22
Они появились однажды в вечерних сумерках, просто толкнули калитку и вошли в сад. Галя с Антоном собирали яблоки. Корзины и ящики с яблоками стояли на земле, и Галя перекладывала ряды яблок заманчиво шуршащей бумагой.
– Эй, алле… Где хозяин? – спросил один из вошедших – среднего роста начинающий жиреть господин. Желтоглазостью и оскалом он напоминал ротвейлера. И черная кожаная куртка у него была как собачья шкура. Двое других были тоже крупными псами: один вполне мог сойти за овчарку, другой – холодностью, разрезом глаз, оскалом и повадками тянул на бультерьера.
– Мужа сейчас нет. – Галя выпрямилась, огладила руками шерстяную кофту, и я даже на расстоянии почувствовал ее тревогу.
– А дом чей? – спросил Ротвейлер, окидывая взглядом мой дом с мезонином и презрительно кривя губы. – Типа, на кого бумаги?

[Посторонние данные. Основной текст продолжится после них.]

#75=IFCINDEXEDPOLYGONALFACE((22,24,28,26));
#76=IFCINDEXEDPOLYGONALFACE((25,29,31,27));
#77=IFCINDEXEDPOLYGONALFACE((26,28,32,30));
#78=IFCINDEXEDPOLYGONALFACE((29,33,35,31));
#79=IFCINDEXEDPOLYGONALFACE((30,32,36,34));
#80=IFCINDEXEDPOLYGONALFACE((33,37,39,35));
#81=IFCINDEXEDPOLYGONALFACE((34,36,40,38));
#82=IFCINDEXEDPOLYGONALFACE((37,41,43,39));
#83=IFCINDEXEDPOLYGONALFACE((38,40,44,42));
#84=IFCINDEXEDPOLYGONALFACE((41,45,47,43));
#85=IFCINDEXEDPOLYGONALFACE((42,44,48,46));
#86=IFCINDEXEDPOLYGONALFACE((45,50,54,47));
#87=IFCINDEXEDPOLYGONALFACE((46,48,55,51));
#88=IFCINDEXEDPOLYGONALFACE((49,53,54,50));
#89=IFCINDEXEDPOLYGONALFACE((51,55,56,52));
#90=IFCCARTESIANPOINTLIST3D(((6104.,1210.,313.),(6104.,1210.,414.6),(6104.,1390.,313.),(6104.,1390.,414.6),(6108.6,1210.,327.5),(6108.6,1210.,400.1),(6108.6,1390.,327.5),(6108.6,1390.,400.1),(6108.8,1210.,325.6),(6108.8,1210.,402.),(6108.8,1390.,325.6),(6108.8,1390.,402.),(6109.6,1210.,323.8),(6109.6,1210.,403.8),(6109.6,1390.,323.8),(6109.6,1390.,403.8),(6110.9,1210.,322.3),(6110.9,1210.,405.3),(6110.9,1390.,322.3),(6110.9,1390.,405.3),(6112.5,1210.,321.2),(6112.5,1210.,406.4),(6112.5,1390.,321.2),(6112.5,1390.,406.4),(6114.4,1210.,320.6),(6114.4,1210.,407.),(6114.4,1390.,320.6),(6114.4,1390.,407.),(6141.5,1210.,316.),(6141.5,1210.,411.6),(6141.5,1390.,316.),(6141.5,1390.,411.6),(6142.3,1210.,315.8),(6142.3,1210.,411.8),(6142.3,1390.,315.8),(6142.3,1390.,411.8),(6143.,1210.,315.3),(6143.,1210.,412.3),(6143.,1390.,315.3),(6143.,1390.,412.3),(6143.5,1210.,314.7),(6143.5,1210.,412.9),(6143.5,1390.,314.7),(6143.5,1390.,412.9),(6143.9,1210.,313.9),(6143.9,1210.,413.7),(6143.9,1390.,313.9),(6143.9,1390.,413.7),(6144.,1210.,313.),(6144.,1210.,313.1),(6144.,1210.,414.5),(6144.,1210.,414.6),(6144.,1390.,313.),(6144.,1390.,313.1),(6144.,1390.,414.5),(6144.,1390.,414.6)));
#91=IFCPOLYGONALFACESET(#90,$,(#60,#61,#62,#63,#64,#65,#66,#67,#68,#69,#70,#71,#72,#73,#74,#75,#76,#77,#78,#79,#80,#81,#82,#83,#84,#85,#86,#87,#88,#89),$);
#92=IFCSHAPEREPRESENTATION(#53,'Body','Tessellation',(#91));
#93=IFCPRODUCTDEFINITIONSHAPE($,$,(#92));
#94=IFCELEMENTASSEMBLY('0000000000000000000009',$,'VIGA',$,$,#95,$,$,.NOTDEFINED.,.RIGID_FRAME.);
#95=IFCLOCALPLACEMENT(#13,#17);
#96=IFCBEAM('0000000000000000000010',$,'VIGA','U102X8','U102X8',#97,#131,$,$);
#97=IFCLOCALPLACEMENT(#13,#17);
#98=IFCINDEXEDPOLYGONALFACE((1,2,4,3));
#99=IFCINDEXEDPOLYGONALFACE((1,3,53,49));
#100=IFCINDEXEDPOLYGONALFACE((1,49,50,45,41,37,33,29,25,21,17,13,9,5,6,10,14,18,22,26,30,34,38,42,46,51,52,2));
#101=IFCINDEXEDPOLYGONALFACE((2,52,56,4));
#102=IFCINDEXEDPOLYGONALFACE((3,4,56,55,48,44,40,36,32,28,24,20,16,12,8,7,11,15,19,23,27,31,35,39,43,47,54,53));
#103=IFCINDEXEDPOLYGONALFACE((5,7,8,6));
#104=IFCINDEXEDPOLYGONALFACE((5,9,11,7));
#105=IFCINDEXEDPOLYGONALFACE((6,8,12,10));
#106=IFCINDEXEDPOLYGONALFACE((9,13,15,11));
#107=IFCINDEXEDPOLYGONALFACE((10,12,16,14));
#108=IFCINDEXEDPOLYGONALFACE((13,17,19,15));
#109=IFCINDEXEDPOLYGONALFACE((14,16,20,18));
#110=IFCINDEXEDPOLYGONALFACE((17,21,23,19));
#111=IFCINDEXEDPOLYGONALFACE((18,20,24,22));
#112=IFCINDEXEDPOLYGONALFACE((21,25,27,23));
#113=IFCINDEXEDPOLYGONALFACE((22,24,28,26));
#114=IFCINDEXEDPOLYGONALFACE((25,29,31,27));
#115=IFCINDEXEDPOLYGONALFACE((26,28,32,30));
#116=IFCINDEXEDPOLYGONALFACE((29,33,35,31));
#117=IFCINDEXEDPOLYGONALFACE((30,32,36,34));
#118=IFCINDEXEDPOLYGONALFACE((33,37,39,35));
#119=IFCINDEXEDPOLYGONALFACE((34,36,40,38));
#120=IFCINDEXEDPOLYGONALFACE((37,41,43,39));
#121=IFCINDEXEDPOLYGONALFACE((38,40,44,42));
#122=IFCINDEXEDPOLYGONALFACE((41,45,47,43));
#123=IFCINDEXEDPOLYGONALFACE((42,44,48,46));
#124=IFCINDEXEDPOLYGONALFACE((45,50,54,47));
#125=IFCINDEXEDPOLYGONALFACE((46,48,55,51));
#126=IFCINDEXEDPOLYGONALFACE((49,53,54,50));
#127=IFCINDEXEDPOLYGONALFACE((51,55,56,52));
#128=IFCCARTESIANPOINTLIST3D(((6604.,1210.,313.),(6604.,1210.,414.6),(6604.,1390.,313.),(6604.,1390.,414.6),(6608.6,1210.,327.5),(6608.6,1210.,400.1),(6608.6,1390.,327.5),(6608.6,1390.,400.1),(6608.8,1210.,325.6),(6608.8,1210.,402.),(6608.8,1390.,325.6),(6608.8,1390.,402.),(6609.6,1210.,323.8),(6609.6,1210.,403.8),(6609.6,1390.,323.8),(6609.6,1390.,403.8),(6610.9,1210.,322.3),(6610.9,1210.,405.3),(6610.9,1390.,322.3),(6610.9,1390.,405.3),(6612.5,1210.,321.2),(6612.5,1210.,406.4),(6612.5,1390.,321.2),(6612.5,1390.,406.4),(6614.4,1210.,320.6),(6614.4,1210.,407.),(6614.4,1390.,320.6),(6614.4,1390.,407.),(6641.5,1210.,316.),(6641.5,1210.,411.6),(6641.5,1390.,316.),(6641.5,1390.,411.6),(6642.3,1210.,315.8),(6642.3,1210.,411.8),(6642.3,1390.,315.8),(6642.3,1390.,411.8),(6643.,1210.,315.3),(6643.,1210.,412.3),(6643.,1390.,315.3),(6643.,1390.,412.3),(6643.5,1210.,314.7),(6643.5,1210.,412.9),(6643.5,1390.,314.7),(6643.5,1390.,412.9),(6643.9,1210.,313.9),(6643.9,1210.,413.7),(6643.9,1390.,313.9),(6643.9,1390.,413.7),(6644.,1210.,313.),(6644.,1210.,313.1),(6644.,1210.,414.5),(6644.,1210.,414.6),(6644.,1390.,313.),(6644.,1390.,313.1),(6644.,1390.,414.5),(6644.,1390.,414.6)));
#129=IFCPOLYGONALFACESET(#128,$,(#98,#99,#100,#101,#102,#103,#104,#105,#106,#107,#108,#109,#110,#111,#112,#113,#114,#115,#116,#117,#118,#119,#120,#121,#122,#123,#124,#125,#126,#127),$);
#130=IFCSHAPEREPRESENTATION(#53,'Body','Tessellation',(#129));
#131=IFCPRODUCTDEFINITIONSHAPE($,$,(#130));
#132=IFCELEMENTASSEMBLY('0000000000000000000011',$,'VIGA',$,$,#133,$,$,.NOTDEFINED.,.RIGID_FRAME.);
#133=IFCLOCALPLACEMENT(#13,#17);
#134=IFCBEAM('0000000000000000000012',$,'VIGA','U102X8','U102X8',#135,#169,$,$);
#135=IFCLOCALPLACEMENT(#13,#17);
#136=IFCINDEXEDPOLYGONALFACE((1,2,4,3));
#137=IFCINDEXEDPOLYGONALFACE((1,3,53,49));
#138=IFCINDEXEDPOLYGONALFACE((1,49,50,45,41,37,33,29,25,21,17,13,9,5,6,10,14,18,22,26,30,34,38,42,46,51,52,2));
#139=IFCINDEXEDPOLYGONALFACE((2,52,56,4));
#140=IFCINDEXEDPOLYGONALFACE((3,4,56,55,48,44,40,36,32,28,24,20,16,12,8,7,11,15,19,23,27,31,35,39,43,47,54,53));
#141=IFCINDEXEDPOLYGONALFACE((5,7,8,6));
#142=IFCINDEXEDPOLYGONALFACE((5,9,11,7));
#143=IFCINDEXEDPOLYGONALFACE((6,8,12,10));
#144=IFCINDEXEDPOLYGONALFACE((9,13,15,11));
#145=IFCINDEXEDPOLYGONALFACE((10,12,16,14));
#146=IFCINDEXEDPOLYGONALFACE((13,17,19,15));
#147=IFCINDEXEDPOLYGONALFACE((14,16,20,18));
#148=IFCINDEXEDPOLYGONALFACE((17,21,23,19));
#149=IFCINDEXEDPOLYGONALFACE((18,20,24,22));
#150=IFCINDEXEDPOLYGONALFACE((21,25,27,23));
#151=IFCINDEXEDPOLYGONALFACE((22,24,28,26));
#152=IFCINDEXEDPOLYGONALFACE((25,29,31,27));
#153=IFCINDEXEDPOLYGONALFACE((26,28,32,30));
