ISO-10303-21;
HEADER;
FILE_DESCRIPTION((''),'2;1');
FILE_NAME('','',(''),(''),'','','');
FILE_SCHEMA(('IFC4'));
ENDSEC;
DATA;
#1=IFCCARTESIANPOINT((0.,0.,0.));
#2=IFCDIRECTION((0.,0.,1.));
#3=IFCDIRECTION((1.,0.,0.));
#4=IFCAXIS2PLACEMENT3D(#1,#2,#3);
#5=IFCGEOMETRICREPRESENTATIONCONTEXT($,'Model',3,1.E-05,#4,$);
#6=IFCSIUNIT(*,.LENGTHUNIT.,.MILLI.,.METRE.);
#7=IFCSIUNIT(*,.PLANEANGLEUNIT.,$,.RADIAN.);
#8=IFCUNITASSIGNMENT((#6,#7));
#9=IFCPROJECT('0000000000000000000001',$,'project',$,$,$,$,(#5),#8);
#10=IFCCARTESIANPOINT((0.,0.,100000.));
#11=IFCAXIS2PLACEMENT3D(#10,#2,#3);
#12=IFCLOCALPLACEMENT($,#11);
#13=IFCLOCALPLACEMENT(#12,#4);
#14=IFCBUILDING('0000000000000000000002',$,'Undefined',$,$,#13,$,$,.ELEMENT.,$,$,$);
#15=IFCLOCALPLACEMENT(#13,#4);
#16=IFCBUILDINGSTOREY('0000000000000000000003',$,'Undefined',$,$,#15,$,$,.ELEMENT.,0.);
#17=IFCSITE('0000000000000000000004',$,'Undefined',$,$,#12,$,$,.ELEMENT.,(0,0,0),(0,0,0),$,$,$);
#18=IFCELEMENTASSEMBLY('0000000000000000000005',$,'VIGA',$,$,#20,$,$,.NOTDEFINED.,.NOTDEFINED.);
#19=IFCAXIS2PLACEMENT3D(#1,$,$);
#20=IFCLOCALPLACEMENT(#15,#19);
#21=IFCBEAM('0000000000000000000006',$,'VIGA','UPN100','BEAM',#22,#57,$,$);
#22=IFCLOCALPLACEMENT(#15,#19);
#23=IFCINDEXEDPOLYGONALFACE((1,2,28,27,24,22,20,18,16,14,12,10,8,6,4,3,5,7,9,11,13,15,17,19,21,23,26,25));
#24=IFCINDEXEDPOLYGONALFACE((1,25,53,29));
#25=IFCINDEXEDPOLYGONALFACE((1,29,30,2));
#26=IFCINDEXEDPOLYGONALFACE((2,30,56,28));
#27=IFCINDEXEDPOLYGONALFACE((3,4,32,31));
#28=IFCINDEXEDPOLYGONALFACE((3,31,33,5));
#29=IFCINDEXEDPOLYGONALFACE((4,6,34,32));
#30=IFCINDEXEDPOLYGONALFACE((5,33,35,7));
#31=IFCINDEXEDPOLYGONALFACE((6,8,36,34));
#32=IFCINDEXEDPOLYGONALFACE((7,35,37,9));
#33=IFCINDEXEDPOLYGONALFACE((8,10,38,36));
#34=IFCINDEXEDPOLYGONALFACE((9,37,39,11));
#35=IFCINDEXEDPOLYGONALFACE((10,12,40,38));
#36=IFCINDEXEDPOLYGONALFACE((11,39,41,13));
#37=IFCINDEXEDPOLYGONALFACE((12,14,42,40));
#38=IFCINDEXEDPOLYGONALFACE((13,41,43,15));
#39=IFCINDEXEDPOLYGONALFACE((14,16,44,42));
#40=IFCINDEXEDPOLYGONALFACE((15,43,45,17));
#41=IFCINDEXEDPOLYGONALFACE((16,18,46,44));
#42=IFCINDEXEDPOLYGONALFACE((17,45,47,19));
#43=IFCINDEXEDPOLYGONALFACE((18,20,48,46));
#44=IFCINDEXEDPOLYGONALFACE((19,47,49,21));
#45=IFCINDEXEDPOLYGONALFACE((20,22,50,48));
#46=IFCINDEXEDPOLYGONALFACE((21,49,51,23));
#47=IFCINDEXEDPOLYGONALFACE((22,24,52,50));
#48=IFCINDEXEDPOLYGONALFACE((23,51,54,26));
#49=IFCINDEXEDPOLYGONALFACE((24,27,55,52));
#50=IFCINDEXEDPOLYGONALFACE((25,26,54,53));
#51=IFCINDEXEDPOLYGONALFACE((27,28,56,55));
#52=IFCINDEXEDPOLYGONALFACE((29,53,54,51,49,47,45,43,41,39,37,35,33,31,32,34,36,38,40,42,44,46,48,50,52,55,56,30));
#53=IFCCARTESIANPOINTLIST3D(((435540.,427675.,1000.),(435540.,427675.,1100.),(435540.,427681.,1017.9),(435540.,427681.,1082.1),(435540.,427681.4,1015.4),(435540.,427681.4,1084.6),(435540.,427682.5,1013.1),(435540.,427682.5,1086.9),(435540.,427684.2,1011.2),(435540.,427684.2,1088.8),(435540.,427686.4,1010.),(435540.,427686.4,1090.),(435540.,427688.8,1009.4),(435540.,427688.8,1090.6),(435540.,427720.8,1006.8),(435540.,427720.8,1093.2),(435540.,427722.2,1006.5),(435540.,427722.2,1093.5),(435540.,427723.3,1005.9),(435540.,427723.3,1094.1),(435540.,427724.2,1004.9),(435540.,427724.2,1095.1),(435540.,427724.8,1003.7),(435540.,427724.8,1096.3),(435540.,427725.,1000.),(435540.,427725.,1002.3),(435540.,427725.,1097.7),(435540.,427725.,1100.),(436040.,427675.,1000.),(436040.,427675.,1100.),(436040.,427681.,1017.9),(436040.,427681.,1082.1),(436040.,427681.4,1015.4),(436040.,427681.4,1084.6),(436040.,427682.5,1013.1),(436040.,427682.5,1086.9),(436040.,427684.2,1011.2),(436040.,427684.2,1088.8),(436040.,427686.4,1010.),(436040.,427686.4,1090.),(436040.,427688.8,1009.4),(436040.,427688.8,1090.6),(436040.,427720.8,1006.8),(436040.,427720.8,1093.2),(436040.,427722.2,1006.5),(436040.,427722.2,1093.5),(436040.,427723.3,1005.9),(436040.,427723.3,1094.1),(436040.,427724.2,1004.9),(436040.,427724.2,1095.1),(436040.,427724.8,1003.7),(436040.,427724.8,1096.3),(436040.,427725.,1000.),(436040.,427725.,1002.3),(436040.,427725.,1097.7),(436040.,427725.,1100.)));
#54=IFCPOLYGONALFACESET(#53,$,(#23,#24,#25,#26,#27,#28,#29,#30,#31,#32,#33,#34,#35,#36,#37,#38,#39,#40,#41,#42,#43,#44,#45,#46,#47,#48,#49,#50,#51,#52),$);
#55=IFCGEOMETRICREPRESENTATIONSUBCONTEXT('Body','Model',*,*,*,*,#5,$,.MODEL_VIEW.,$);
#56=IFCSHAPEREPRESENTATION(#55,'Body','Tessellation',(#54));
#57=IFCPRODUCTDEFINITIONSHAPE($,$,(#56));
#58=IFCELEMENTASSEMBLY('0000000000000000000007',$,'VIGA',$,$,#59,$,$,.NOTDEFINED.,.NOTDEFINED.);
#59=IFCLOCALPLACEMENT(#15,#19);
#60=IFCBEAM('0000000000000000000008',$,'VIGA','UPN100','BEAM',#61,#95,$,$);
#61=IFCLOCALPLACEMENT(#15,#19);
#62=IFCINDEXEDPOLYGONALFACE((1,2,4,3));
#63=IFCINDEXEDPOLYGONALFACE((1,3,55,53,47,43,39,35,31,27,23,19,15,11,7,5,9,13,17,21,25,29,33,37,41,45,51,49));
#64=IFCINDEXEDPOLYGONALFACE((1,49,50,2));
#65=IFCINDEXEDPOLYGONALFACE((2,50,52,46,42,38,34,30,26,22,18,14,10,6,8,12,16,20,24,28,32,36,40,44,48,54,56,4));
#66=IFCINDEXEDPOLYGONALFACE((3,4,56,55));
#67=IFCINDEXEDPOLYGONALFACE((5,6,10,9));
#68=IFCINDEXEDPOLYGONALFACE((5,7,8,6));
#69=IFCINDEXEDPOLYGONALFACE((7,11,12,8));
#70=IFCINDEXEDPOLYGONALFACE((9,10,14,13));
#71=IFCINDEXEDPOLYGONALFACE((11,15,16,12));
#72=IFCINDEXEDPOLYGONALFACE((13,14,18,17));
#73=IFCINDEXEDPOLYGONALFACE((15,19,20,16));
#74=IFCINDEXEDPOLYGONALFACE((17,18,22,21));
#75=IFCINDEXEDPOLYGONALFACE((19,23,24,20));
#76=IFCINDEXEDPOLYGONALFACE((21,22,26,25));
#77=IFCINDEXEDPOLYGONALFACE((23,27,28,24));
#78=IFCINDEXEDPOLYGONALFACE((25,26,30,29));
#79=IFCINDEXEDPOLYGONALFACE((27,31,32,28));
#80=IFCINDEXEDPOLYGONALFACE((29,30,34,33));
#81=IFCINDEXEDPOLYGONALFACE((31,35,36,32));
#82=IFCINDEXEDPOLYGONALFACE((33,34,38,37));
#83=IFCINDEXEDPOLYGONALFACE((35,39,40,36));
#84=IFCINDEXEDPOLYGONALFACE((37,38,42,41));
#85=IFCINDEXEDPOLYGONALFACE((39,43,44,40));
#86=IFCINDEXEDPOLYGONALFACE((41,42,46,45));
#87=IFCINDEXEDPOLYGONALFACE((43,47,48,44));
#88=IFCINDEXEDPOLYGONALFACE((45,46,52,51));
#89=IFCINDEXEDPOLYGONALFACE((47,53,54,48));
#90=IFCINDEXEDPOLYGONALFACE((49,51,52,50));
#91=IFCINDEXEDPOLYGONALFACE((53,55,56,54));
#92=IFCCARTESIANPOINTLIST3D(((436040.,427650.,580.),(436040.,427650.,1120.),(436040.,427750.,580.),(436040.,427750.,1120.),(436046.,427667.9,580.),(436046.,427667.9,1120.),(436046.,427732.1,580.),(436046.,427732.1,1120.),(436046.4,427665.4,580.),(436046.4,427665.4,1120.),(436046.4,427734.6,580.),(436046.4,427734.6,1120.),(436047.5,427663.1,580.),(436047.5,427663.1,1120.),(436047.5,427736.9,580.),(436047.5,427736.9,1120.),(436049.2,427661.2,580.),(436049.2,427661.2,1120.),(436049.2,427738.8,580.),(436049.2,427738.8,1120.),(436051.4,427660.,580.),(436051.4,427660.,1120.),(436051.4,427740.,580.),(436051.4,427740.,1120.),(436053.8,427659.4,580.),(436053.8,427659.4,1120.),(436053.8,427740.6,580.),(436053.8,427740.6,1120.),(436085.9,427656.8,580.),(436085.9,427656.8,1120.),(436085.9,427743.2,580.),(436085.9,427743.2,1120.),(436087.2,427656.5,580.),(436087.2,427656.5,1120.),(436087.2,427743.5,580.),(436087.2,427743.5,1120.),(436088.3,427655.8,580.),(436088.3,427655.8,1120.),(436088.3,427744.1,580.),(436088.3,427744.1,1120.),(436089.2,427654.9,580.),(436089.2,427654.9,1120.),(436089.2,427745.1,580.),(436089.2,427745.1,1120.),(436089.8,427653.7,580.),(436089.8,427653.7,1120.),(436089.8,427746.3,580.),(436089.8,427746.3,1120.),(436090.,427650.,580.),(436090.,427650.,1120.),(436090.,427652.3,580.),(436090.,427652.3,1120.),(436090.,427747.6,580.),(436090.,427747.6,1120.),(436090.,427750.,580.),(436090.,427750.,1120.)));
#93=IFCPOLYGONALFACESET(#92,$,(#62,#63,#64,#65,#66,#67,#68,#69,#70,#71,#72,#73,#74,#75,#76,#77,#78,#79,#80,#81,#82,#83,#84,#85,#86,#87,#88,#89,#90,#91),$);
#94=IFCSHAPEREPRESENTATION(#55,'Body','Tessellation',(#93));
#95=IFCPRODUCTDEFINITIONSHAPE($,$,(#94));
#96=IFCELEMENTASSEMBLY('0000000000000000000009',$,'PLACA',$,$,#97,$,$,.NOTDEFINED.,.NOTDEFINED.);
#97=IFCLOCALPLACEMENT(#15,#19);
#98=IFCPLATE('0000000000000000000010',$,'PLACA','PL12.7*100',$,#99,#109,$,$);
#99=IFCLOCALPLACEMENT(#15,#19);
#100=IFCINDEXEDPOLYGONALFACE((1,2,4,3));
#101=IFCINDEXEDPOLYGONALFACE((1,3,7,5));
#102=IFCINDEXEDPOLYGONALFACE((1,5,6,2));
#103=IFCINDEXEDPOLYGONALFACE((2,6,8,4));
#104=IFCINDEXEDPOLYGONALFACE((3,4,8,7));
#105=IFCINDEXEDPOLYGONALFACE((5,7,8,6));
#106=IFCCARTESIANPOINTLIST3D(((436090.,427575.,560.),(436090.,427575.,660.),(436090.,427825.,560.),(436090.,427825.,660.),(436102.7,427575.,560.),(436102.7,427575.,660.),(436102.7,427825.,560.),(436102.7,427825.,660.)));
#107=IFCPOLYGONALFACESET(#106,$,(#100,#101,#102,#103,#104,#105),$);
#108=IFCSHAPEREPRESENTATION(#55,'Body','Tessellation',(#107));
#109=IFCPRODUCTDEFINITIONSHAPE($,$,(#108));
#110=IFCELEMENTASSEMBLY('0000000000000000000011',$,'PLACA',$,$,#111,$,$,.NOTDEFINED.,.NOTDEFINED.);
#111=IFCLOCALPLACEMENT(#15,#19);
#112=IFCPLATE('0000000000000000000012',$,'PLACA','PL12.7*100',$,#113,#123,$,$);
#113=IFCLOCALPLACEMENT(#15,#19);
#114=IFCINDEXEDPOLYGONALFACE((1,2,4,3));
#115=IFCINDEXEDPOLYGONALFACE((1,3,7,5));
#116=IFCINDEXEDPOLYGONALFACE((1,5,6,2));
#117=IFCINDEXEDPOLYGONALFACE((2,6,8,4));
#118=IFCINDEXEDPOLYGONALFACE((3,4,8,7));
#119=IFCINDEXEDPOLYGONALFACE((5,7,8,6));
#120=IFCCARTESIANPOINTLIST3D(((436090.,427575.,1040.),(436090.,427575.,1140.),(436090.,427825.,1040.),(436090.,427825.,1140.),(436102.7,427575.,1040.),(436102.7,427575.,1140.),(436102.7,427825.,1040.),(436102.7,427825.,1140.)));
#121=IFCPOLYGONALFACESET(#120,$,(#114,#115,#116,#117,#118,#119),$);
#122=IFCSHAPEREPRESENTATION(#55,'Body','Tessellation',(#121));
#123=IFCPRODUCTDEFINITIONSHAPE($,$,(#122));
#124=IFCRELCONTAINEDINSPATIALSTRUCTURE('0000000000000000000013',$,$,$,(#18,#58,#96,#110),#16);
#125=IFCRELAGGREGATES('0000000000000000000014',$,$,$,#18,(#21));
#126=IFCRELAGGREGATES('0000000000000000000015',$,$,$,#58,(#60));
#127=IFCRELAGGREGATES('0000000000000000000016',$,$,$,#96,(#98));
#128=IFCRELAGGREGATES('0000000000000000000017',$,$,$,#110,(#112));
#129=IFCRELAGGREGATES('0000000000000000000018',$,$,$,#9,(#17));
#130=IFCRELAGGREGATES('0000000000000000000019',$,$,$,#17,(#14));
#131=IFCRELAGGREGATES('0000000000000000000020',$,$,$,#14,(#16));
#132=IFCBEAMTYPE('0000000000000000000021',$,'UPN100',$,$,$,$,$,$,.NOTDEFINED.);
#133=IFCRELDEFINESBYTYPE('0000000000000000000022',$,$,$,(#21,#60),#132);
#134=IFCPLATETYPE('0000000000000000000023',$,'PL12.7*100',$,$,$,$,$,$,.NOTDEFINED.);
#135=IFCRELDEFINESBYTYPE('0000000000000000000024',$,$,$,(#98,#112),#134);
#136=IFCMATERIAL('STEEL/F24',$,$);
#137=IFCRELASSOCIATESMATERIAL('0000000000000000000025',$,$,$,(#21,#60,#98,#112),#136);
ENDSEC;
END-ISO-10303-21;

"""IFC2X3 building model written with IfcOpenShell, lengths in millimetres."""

from ifc_helpers import new_model, si_unit, frame, origin_with_axes, origin_2d_with_axis, place, context, subcontext, project, spatial, polyline, u_section, outline, extrude, material, type_object, element, aggregate, save


model = new_model("IFC2X3")

# Units and contexts
model_context = context("Model", 3, precision=1e-05, world=origin_with_axes())
body_context = subcontext(model_context, "Body", "Model", "MODEL_VIEW")
ifc_project = project(units=[si_unit("LENGTHUNIT", "METRE", prefix="MILLI"), si_unit("PLANEANGLEUNIT", "RADIAN")], contexts=[model_context])

# Site, building, storey
site_placement = place(None, frame((0.0, 0.0, 100000.0), z_axis=(0.0, 0.0, 1.0), x_axis=(1.0, 0.0, 0.0)))
site = spatial("IfcSite", under=ifc_project, at=site_placement, Name="Undefined", CompositionType="ELEMENT", RefLatitude=(0, 0, 0), RefLongitude=(0, 0, 0))
building_placement = place(site_placement, origin_with_axes())
building = spatial("IfcBuilding", under=site, at=building_placement, Name="Undefined", CompositionType="ELEMENT")
storey_placement = place(building_placement, origin_with_axes())
storey = spatial("IfcBuildingStorey", under=building, at=storey_placement, Name="Undefined", CompositionType="ELEMENT", Elevation=0.0)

– Дом мой. – Хозяйка на всякий случай отодвинула Антошку за спину.
Тот смотрел на Ротвейлера, обмирая и чуя беду. Ротвейлер тем временем схватил из корзины яблоко покрупнее, потер о рукав и с хрустом надкусил. Скривился.
– Кислятина! – и зашвырнул в кусты.
Я прятался в малиннике и не показывался. В отличие от настоящих собак они мой запах учуять не могли.
– В общем, тетка, слушай сюда. В четверг будет здесь наш человек, бумаги привезет. Подпишешь все. Десять косых – за эту развалюху за глаза и по уши.
– О чем… вы… – дрожащим голосом спросила Галя.
– Некогда перетирать. Новую хату мы тебе присмотрели. Барахло свое сама перетащишь. Хата большая, станция рядом… Еще спасибо скажешь.
– Что… десять тысяч? Да как же! Этот дом еще мой отец строил! – возмутилась Галя. – Да я…
– Молчать, дурр-ра! – перебил ее Ротвейлер. – Че, оглохла? Грю: жилье будет. Не на панель, чай, идешь! – Ротвейлер заржал. – Все путем. Хату и бабки получишь. А будешь возникать – дом сгорит. – Ротвейлер скосил желтые глаза на Антона. – Вместе со щенком.
«Я не щенок, а котик…» – я ожидал, что он скажет что-то в таком духе. А он выкрикнул срывающимся голосом:
– Это наш дом, мы его не продаем.
– Щенок что-то гавкнул? – спросил Ротвейлер, и Бультерьер тут же шагнул вперед.
Я не понял, что сделал этот пес, но только и Галя, и Антон оказались на земле, на рыхлой, только что перекопанной грядке.
– Не трогайте его! – испуганно ахнула хозяйка. – Я подпишу…
– Вот так-то. Я ж грил, согласится, – хохотнул человек-овчарка. – Ладно, пусть живет… Не ссы!
Они развернулись и вышли, оставив калитку нараспашку.
– Мама, зачем ты так… А как же наш дом… – В голосе Антона звенели слезы.
– Тошка, они бы тебя убили, просто убили и все.
Хозяйка обняла сына и прижала к себе. Я услышал, как Антон всхлипывает.